An idea for low cost vibration monitoring: use your smartphone.
I did this recently out of curiosity. Found an app that records my phone accelerometer to a text file. Leaving the phone on a table, I could detect the vibration of a diesel generator in the office basement. The generator vibration was only just perceptible by a person, and the phone could just detect it after some post processing in Octave/Python/Matlab.
You could take measurements at a few places and plot them on a map to show the source of the vibration.
The phone records at up to 200 Samples/s, plenty for the vibration you're hunting. And the results are in m.s-2,so even if this isn't a traceable calibrated measurement, it gives you some figures to play with.
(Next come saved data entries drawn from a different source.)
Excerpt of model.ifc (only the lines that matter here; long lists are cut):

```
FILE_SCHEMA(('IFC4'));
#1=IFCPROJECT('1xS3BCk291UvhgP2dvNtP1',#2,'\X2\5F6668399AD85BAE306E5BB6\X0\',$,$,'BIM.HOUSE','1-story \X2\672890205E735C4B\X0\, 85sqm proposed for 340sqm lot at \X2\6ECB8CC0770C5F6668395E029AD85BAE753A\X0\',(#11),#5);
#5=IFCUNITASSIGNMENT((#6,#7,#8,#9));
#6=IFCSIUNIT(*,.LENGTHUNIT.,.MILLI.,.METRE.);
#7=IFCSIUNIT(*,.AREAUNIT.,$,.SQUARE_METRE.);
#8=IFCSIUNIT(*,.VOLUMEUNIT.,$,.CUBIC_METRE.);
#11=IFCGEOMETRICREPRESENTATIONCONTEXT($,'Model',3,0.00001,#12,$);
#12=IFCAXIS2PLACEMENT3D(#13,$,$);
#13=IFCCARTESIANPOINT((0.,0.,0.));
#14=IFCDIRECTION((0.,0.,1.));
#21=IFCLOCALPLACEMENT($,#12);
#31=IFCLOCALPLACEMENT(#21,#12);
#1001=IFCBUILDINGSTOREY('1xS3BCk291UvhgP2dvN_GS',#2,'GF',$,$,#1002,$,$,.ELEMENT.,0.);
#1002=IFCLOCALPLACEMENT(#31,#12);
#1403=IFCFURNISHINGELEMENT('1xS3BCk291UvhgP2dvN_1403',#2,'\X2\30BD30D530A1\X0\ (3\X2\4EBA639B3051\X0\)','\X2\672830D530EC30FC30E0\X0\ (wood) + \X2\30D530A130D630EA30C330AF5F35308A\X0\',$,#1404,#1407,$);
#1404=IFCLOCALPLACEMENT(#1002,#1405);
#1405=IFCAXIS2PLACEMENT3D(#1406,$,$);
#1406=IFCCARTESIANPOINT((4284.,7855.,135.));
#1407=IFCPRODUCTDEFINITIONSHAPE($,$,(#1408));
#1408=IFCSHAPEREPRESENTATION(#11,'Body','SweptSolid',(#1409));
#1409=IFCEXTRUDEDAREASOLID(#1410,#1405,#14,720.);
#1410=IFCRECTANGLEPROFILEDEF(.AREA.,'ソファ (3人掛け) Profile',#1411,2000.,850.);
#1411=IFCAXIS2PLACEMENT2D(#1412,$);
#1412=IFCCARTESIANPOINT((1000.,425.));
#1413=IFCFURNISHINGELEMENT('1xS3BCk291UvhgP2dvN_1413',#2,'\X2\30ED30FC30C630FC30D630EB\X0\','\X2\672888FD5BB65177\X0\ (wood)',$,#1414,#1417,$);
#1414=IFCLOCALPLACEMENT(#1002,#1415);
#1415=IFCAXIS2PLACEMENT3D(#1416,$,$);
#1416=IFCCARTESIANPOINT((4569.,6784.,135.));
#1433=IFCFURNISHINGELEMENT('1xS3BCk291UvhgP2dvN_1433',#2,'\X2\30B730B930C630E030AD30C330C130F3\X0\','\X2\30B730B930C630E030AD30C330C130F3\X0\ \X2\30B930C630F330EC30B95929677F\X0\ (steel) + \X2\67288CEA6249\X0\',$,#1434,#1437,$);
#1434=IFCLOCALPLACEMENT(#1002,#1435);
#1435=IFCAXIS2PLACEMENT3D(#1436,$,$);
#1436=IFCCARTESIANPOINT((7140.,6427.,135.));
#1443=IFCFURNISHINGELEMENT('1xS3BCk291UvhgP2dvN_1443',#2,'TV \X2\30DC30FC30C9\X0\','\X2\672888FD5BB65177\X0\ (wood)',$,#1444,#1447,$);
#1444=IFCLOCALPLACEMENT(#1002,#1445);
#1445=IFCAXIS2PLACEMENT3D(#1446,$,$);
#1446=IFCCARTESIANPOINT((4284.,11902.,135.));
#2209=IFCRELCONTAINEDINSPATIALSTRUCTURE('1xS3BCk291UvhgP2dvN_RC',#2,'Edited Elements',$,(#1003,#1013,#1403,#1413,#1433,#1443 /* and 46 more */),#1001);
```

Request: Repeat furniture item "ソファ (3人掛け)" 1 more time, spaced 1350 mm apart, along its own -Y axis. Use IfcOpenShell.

```python
import ifcopenshell
import ifcopenshell.api.geometry
import ifcopenshell.api.root
import ifcopenshell.util.element
import ifcopenshell.util.placement
import ifcopenshell.util.unit

model = ifcopenshell.open("model.ifc")
unit_scale = ifcopenshell.util.unit.calculate_unit_scale(model)


def reuse_history(source, copy):
    """copy_class also copies each property set's owner history, people and application; keep the originals."""
    for rel in copy.IsDefinedBy:
        if rel.is_a("IfcRelDefinesByProperties") and (history := rel.RelatingPropertyDefinition.OwnerHistory):
            rel.RelatingPropertyDefinition.OwnerHistory = source.OwnerHistory
            ifcopenshell.util.element.remove_deep2(model, history)


source = model.by_id(1403)
base = ifcopenshell.util.placement.get_local_placement(source.ObjectPlacement)
step = -base[:3, 1] * 1.35 / unit_scale

for i in range(1, 2):
    copy = ifcopenshell.api.root.copy_class(model, product=source)
    copy.Representation = ifcopenshell.util.element.copy_deep(
        model, source.Representation, exclude=["IfcGeometricRepresentationContext", "IfcRepresentationMap"]
    )
    reuse_history(source, copy)
    matrix = base.copy()
    matrix[:3, 3] += i * step
    print("added at", matrix[:3, 3].round(3) + 0.0)
    ifcopenshell.api.geometry.edit_object_placement(model, product=copy, matrix=matrix, is_si=False)

model.write("model-out.ifc")
```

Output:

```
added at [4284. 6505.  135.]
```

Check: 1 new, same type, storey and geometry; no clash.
Edit: here's the result, from processing my smartphone accelerometer. The Android app is called Accelerometer Monitor, though there may be others. You can see the generator vibration, and the way it vanishes when the generator shuts down:
The code to plot this looks like this, works in Octave (free software), should also work in Matlab.
I did need to remove the headers and footer from the text file.
windowsize = 1000; % samples in a window
A = dlmread('generator.txt',' '); % load the cleaned-up file
B = detrend(A(200000:end-100,1:3),'linear'); % remove DC and drift
sb = size(B,1); % size of B
nw = floor(sb/wind); % number of windows in the file
dt = mean(A(:,4)); % delta-t in ms
freq = linspace(0,500/dt,wind/2-1); % frequency axis for plotting
tim = (1:(nw))*wind*dt/1000; % time axis for plotting
temp = abs(fft(B(((a-1)*wind+1):(a*wind),:))).^2;
F(:,:,a) = (( temp(2:(wind/2),:) + temp((wind):-1:(wind/2+2),:) )/wind);
pcolor(tim,freq,squeeze(10*log10(F(:,3,:)))); shading flat;
cax=caxis; caxis([cax(2)-25 cax(2)]); colormap(hot);
ylabel('Frequency, Hz'); xlabel('time, s');
The code above is made more complicated than it needs to be, because I wanted a spectrogram. For a simple graph of the spectrum, just take the fft of a few seconds worth of data, like this:
A = dlmread('acceleration.txt',' '); % load the data
F = fft(A(1:2000,3); % choose a channel, Z had the most vibration for me
F = abs(F(2:1000))+abs(F(1999:-1:1001)); % add positive and negative frequency
Octave is available for Windows, free.
Edit: I neglected to mention in the code above, that the acceleration data from a smartphone isn't necessarily at even intervals in time. You might get away with it in a short spectrogram, but you really need to resample it before doing the DFT.